Since forests are home of millions of indigenous peoples, it is usually them who face the intruders which, in the name of "development" and generally with the explicit or implicit support of the authorities, try to take over their land and resources. After the clearcut of the forest, monoculture tree plantations are often established. This is also the case in Papua New Guinea.

The Maisin indigenous people are now fighting for a rainforest located inland from the coast of a Pacific Ocean island in the eastern region of the Papua New Guinean archipelago. The Maisin have traditionally cleared patches of forest for their crops and hunted wild animals to get their protein supply within the forest canopy. From the forests they also obtain building materials, medicines, and fresh water. "The forest is our livelihood. It's also our inheritance that our Maisin landowner forefathers have passed on to us," says John Wesley Vaso, a Maisin landowner. Their opponent is a big Malaysian company which claims having a valid lease and permits to clearcut the forest in the area, and immediately after establish an oil palm plantation. The company says that the new activity will mean the creation of many jobs for both logging activities and the planting and maintenance of the oil palm crop.

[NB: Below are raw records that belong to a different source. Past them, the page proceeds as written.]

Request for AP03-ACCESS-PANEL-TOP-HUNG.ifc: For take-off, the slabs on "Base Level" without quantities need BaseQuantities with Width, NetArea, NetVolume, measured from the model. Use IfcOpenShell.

First a look at what the model holds.

```python
import ifcopenshell
import ifcopenshell.util.element
import ifcopenshell.util.unit

model = ifcopenshell.open("AP03-ACCESS-PANEL-TOP-HUNG.ifc")
print(model.schema)
for unit_type in ("LENGTHUNIT", "AREAUNIT", "VOLUMEUNIT"):
    print(unit_type, ifcopenshell.util.unit.calculate_unit_scale(model, unit_type))
storey = next(s for s in model.by_type("IfcBuildingStorey") if s.Name == "Base Level")
slabs = [e for e in ifcopenshell.util.element.get_decomposition(storey) if e.is_a("IfcSlab")]
for e in sorted(slabs, key=lambda e: e.id()):
    print(e.id(), e.is_a(), e.Name, list(ifcopenshell.util.element.get_psets(e, qtos_only=True)), sep=" | ")
```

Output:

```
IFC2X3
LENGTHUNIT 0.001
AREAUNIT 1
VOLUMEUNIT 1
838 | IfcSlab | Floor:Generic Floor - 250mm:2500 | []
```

```python
import ifcopenshell
import ifcopenshell.api.pset
import ifcopenshell.geom
import ifcopenshell.util.element
import ifcopenshell.util.shape
import ifcopenshell.util.unit

model = ifcopenshell.open("AP03-ACCESS-PANEL-TOP-HUNG.ifc")
unit_scale = ifcopenshell.util.unit.calculate_unit_scale(model)
area_scale = ifcopenshell.util.unit.calculate_unit_scale(model, "AREAUNIT")
volume_scale = ifcopenshell.util.unit.calculate_unit_scale(model, "VOLUMEUNIT")
settings = ifcopenshell.geom.settings()

storey = next(s for s in model.by_type("IfcBuildingStorey") if s.Name == "Base Level")
slabs = [e for e in ifcopenshell.util.element.get_decomposition(storey) if e.is_a("IfcSlab")]

for e in sorted(slabs, key=lambda e: e.id()):
    if ifcopenshell.util.element.get_psets(e, qtos_only=True, should_inherit=False):
        continue
    # Geometry comes back in metres, in the element's own axes.
    shape = ifcopenshell.geom.create_shape(settings, e)
    values = {
        "Width": ifcopenshell.util.shape.get_z(shape.geometry) / unit_scale,
        "NetArea": ifcopenshell.util.shape.get_footprint_area(shape.geometry) / area_scale,
        "NetVolume": ifcopenshell.util.shape.get_volume(shape.geometry) / volume_scale,
    }
    qto = ifcopenshell.api.pset.add_qto(model, product=e, name="BaseQuantities")
    ifcopenshell.api.pset.edit_qto(model, qto=qto, properties=values)
    print(e.id(), {k: round(v, 3) for k, v in values.items()})

model.write("AP03-ACCESS-PANEL-TOP-HUNG_updated.ifc")
```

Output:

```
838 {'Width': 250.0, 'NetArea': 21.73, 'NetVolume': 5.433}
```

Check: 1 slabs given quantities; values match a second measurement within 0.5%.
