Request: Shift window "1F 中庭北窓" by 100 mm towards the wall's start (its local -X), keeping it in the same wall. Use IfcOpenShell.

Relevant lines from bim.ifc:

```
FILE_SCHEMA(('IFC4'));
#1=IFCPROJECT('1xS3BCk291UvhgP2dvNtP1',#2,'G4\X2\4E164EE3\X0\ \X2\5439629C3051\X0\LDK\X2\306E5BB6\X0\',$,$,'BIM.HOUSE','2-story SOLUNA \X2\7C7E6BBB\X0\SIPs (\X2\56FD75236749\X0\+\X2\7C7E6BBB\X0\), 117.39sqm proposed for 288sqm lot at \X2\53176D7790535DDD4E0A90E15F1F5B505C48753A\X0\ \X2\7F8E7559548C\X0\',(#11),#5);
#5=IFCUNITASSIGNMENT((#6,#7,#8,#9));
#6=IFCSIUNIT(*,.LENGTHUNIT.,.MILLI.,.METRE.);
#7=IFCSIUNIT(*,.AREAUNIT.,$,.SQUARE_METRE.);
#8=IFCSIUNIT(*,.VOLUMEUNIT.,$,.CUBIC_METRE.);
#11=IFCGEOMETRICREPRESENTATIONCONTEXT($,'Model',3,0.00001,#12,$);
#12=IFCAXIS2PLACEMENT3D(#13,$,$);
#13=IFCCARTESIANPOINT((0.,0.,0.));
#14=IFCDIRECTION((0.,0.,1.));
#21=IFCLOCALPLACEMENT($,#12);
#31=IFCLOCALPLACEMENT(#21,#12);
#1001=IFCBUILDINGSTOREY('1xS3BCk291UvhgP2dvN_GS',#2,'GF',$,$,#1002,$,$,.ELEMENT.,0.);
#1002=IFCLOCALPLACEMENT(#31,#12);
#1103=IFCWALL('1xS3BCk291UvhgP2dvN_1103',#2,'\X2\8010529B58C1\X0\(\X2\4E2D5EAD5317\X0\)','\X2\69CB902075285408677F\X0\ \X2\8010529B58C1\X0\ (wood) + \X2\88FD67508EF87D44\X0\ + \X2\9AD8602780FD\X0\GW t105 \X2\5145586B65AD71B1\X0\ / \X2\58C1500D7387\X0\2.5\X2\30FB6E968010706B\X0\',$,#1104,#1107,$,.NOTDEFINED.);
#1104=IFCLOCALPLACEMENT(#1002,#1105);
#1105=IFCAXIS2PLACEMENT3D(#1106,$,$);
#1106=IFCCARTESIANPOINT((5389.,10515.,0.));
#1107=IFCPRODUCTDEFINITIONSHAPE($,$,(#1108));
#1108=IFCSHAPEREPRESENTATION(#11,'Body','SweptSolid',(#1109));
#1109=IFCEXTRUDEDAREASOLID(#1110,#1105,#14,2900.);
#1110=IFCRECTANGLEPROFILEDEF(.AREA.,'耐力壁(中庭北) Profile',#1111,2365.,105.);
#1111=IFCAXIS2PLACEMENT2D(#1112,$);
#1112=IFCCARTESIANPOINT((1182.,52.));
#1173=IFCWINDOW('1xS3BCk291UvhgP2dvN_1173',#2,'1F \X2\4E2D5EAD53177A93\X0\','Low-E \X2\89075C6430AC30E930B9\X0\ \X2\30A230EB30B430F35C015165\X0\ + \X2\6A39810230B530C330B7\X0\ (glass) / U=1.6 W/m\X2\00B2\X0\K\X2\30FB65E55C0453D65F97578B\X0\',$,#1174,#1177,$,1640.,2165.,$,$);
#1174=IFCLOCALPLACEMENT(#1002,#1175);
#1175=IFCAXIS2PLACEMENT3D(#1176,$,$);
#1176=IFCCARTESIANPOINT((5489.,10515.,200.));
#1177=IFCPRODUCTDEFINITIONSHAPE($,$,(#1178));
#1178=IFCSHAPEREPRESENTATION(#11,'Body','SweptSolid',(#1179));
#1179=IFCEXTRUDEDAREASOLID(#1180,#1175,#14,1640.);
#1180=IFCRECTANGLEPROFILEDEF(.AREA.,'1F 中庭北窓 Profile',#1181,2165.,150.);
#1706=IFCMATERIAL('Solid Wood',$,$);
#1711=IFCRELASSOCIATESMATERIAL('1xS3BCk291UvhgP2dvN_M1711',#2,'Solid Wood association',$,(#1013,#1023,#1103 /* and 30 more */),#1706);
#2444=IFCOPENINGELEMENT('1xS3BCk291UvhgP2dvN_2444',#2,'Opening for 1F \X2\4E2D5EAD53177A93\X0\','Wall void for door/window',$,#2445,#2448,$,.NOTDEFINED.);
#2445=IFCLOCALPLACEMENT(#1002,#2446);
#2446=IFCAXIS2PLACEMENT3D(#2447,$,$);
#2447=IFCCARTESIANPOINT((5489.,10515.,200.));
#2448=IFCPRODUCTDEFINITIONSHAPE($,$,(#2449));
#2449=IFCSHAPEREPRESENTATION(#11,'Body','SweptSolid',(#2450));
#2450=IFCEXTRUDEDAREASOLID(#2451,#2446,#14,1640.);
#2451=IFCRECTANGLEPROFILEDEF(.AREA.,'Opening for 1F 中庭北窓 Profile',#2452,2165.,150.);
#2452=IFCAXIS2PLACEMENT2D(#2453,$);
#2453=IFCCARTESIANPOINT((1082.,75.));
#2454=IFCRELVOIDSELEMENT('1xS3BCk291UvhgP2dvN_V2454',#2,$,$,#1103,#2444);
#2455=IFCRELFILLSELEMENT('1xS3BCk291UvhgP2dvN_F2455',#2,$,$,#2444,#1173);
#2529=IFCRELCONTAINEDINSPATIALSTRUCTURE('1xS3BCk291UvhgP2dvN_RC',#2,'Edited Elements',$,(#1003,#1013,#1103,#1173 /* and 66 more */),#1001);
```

```python
import ifcopenshell
import ifcopenshell.api.geometry
import ifcopenshell.util.placement

model = ifcopenshell.open("bim.ifc")

window = model.by_guid("1xS3BCk291UvhgP2dvN_1173")
opening = window.FillsVoids[0].RelatingOpeningElement
wall = opening.VoidsElements[0].RelatingBuildingElement

wall_matrix = ifcopenshell.util.placement.get_local_placement(wall.ObjectPlacement)
shift = wall_matrix[:3, 0] * -100.0
before = ifcopenshell.util.placement.get_local_placement(window.ObjectPlacement)[:3, 3].copy()

# The window is not placed relative to its opening, so move both.
for product in (opening, window):
    matrix = ifcopenshell.util.placement.get_local_placement(product.ObjectPlacement)
    matrix[:3, 3] += shift
    ifcopenshell.api.geometry.edit_object_placement(model, product=product, matrix=matrix, is_si=False)

after = ifcopenshell.util.placement.get_local_placement(window.ObjectPlacement)[:3, 3]
print("window moved by", (after - before).round(3) + 0.0)

model.write("bim-out.ifc")
```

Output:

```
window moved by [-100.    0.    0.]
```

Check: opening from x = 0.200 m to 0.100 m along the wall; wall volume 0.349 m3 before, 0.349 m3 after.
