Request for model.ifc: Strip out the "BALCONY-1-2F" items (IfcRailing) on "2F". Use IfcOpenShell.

First a look at what the model holds.

```python
import ifcopenshell
import ifcopenshell.util.element

model = ifcopenshell.open("model.ifc")
print(model.schema)
storey = next(s for s in model.by_type("IfcBuildingStorey") if s.Name == "2F")
railings = [e for e in ifcopenshell.util.element.get_decomposition(storey) if e.is_a("IfcRailing")]
seen = {}
for e in railings:
    element_type = ifcopenshell.util.element.get_type(e)
    name = element_type.Name if element_type not in (None, e) else None
    seen[name] = seen.get(name, 0) + 1
for name, count in sorted(seen.items(), key=str):
    print(count, "x", name)
```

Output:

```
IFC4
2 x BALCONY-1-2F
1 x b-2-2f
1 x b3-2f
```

```python
import ifcopenshell
import ifcopenshell.api.root
import ifcopenshell.util.element

model = ifcopenshell.open("model.ifc")

storey = next(s for s in model.by_type("IfcBuildingStorey") if s.Name == "2F")
railings = [e for e in ifcopenshell.util.element.get_decomposition(storey) if e.is_a("IfcRailing")]
targets = [e for e in railings if (t := ifcopenshell.util.element.get_type(e)) not in (None, e) and t.Name == "BALCONY-1-2F"]

for e in targets:
    ifcopenshell.api.root.remove_product(model, product=e)
print(len(targets), "removed")

model.write("model_updated.ifc")
```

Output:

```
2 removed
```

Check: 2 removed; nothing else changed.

However, the forest dwellers do not believe in these false promises of economic development and welfare. They prefer to keep their forest standing and their small scale economy, based on traditional agriculture and hunting, and the selling of betel nuts, while at the same time not losing control over their land and livelihoods. Additionally, Malaysian logging companies are well known for their negative performance regarding forest resources and indigenous peoples that inhabit them, not only in their own country -which is the world's largest tropical timber producer- but also abroad. Their depredatory activities in the Brazilian Amazon is perhaps the clearest example of this.

Since under the country's constitution indigenous peoples are legal owners of their traditional lands, the Maisin have started a legal action against the company. They filed a lawsuit that has worked its way up to Papua New Guinea's highest court, and managed to stop until now the company's activities. Even if the final outcome of their lawsuit could be months away and new difficulties will appear since they have almost exhausted the financial resources they raised to pay for the legal process, their successful action has been considered an example that in the future can be followed by other indigenous peoples affected by this kind of abuses against their environmental and human rights.

Source: Glenn R. Barry, 26/11/99, e-mail: gbarry@students.wisc.students.edu World Rainforest Movement & Forest Monitor, High Stakes. The need to control transnational logging companies: a Malaysian case study, August 1998.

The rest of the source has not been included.